The laboring men --the impecunious adventurers whom these greater
adventurers brought out --would form a tenantry, the Lord
Proprietary's men's men. It is true that, according to charter,
provision was made for an Assembly. Here were to sit "freemen of the
province," that is to say, all white males who were not in the
position of indentured servants. But with the Proprietary, and not
with the Assembly, would rest primarily the lawmaking power. The
Lord Proprietary would propose legislation, and the freemen of the
country would debate, in a measure advise, represent, act as
consultants, and finally confirm. Baltimore was prepared to be a
benevolent lord, wise, fatherly.
In 1635 met the first Assembly, Leonard Calvert and his Council
sitting with the burgesses, and this gathering of freemen proceeded
to inaugurate legislation. There was passed a string of enactments
which presumably dealt with immediate wants at St. Mary's, and
which, the Assembly recognized, must have the Lord Proprietary's
assent. A copy was therefore sent by the first ship to leave. So
long were the voyages and so slow the procedure in England that it
was 1637 before Baltimore's veto upon the Assembly's laws reached
Maryland. It would seem that he did not disapprove so much of the
laws themselves as of the bold initiative of the Assembly, for he at
once sent over twelve bills of his own drafting. Leonard Calvert was
instructed to bring all freemen together in Assembly and present for
their acceptance the substituted legislation.
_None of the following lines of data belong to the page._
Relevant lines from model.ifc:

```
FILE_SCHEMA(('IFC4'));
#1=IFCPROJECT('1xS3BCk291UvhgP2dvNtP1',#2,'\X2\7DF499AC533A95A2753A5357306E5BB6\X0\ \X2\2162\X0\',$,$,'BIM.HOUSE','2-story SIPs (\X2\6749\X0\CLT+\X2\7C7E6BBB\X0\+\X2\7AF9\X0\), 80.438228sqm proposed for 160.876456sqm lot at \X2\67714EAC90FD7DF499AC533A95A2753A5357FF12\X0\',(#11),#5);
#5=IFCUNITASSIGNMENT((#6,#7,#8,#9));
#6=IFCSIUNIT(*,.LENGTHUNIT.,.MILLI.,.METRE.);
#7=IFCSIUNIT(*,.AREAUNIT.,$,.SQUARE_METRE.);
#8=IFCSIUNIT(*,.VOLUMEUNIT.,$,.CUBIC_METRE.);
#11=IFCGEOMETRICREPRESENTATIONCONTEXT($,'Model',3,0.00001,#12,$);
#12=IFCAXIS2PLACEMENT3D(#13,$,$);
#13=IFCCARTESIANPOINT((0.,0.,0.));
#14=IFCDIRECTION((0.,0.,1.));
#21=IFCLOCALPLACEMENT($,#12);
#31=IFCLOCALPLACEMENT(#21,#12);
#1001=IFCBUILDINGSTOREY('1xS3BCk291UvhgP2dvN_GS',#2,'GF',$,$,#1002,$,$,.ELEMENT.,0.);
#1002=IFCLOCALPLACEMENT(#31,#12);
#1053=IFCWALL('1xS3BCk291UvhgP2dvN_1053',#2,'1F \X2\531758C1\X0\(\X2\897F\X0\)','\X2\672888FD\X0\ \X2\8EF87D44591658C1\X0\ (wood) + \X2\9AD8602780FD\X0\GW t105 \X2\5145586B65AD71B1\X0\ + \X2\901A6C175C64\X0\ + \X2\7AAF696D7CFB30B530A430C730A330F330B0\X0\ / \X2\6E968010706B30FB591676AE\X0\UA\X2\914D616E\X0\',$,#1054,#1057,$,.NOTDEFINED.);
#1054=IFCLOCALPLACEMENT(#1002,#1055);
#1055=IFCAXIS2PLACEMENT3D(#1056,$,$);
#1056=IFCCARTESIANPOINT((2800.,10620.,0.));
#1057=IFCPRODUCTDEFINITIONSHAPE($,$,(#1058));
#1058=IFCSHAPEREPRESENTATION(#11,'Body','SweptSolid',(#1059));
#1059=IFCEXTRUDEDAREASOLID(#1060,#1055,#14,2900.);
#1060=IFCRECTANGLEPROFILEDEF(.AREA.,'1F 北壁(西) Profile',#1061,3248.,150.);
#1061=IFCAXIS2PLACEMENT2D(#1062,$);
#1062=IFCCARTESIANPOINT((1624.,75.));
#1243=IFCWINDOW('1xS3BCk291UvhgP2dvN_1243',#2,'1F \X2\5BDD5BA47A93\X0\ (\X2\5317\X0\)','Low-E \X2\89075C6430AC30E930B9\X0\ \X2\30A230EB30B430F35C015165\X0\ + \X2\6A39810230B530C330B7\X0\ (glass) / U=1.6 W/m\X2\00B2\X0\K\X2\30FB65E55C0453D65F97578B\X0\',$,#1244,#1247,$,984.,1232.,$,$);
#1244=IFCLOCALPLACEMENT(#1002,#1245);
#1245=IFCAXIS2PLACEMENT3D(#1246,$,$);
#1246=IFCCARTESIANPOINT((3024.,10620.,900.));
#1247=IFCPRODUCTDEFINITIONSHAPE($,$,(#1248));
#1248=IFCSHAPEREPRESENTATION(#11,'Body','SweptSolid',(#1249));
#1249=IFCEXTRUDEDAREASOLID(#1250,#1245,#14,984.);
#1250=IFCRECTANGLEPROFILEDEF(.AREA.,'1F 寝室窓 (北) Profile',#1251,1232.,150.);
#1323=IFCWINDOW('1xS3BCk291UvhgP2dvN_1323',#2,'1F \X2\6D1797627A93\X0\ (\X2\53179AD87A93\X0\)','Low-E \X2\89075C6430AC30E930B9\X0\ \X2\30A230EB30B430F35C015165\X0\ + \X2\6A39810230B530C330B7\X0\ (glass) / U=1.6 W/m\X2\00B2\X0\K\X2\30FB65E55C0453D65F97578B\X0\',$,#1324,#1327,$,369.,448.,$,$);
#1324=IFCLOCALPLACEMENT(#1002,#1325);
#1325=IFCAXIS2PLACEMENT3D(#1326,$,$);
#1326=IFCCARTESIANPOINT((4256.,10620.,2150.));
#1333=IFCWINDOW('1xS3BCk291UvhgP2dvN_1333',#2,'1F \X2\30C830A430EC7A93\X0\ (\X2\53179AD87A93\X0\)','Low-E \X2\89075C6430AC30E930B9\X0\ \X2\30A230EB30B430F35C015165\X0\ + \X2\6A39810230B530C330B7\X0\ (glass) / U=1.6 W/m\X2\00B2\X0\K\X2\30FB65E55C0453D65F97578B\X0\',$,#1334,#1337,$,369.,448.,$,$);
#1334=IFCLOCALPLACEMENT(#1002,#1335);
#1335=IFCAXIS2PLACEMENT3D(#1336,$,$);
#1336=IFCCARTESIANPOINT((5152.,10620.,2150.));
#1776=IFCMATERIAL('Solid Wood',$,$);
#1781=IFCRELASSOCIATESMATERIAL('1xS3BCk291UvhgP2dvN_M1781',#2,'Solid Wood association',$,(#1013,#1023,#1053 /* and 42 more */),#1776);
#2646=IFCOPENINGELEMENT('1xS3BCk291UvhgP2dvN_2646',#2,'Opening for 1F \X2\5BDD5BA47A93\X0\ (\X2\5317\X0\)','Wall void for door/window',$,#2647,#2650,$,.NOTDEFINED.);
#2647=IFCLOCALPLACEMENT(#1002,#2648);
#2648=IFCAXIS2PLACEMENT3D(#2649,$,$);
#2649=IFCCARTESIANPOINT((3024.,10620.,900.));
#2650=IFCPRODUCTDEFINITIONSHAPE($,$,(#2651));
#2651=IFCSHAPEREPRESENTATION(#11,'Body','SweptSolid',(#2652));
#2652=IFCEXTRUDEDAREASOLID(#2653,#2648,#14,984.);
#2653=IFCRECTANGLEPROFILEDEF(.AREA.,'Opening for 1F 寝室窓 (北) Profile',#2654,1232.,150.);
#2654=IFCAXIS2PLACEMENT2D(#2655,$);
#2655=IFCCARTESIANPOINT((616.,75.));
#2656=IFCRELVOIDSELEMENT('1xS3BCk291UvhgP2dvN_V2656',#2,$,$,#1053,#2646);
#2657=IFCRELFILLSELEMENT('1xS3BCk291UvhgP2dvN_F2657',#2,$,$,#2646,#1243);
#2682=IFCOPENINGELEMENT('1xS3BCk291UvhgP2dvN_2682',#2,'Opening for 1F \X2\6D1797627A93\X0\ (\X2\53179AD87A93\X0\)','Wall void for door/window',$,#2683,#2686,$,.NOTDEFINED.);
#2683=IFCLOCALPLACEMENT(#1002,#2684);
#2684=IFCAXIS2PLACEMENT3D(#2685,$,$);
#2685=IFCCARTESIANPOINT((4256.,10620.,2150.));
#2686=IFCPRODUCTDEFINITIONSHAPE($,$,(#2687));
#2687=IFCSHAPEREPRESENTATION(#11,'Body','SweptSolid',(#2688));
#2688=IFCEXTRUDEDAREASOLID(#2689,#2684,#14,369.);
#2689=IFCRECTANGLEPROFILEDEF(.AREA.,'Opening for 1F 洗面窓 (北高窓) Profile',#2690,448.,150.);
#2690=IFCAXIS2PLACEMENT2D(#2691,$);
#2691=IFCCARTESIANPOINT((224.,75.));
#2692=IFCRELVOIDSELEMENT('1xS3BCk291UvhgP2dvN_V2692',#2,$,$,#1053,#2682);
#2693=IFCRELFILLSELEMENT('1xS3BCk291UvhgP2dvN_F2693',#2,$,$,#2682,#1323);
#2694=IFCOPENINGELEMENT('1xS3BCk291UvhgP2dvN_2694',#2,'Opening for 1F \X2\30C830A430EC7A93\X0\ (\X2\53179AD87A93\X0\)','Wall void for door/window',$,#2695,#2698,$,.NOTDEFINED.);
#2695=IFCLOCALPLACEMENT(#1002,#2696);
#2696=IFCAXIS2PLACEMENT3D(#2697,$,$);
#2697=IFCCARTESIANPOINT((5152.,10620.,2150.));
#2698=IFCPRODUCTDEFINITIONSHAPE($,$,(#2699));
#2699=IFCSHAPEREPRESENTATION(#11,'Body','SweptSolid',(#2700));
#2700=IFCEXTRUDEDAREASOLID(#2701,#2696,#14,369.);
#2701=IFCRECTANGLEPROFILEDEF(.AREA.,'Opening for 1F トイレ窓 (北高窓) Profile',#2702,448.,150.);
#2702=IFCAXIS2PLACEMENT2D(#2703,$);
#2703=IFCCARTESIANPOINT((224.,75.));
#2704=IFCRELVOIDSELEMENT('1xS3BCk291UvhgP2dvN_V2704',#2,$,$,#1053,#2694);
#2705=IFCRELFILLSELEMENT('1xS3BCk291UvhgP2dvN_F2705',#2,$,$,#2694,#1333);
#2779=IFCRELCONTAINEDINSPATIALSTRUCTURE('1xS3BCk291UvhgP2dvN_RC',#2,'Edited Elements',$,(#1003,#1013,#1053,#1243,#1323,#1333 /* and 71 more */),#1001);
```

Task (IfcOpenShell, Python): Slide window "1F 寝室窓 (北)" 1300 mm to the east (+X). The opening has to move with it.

```python
import ifcopenshell
import ifcopenshell.api.geometry
import ifcopenshell.util.placement
import ifcopenshell.util.unit

model = ifcopenshell.open("model.ifc")
unit_scale = ifcopenshell.util.unit.calculate_unit_scale(model)

window = model.by_guid("1xS3BCk291UvhgP2dvN_1243")
opening = window.FillsVoids[0].RelatingOpeningElement
wall = opening.VoidsElements[0].RelatingBuildingElement

wall_matrix = ifcopenshell.util.placement.get_local_placement(wall.ObjectPlacement)
shift = wall_matrix[:3, 0] * 1.3 / unit_scale
before = ifcopenshell.util.placement.get_local_placement(window.ObjectPlacement)[:3, 3].copy()

# The window is not placed relative to its opening, so move both.
for product in (opening, window):
    matrix = ifcopenshell.util.placement.get_local_placement(product.ObjectPlacement)
    matrix[:3, 3] += shift
    ifcopenshell.api.geometry.edit_object_placement(model, product=product, matrix=matrix, is_si=False)

after = ifcopenshell.util.placement.get_local_placement(window.ObjectPlacement)[:3, 3]
print("window moved by", (after - before).round(3) + 0.0)

model.write("model-out.ifc")
```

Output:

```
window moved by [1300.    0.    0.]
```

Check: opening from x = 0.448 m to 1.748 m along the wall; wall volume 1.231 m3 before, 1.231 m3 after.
Early in 1638 this Maryland Assembly met. The Governor put before it
for adoption the Proprietary's laws. The vote was taken. Governor
and some others were for, the remainder of the Assembly unanimously
against, the proposed legislation. There followed a year or two of
struggle over this question, but in the end the Proprietary in
effect acknowledged defeat. The colonists, through their Assembly,
might thereafter propose laws to meet their exigencies, and Governor
Calvert, acting for his brother, should approve or veto according to
need.
When civil war between King and Parliament broke out in England,
sentiment in Maryland as in Virginia inclined toward the King. But
that Puritan, Non-conformist, and republican element that was in
both colonies might be expected to gain if, at home in England, the
Parliamentary party gained. A Royal Governor or a Lord Proprietary's
Governor might alike be perplexed by the political turmoil in the
mother country. Leonard Calvert felt the need of first-hand
consultation with his brother. Leaving Giles Brent in his place, he
sailed for England, talked there with Baltimore himself, perplexed
and filled with foreboding, and returned to Maryland not greatly
wiser than when he went.
Maryland was soon convulsed by disorders which in many ways
reflected the unsettled conditions in England. A London ship,
commanded by Richard Ingle, a Puritan and a staunch upholder of the
cause of Parliament, arrived before St. Mary's, where he gave great
offense by his blatant remarks about the King and Rupert, "that
Prince Rogue." Though he was promptly arrested on the charge of
treason, he managed to escape and soon left the loyal colony far
astern.
In the meantime Leonard Calvert had come back to Maryland, where he
found confusion and a growing heat and faction and side-taking of a
bitter sort. To add to the turmoil, William Claiborne, among whose
dominant traits was an inability to recognize defeat, was making
attempts upon Kent Island. Calvert was not long at St. Mary's ere
Ingle sailed in again with letters-of-marque from the Long
Parliament. Ingle and his men landed and quickly found out the
Protestant moiety of the colonists. There followed an actual
insurrection, the Marylanders joining with Ingle and much aided by
Claiborne, who now retook Kent Island. The insurgents then captured
St. Mary's and forced the Governor to flee to Virginia. For two
years Ingle ruled and plundered, sequestrating goods of the
Proprietary's adherents, and deporting in irons Jesuit priests. At
the end of this time Calvert reappeared, and behind him a troop
gathered in Virginia. Now it was Ingle's turn to flee. Regaining his
ship, he made sail for England, and Maryland settled down again to
the ancient order. The Governor then reduced Kent Island. Claiborne,
again defeated, retired to Virginia, whence he sailed for England.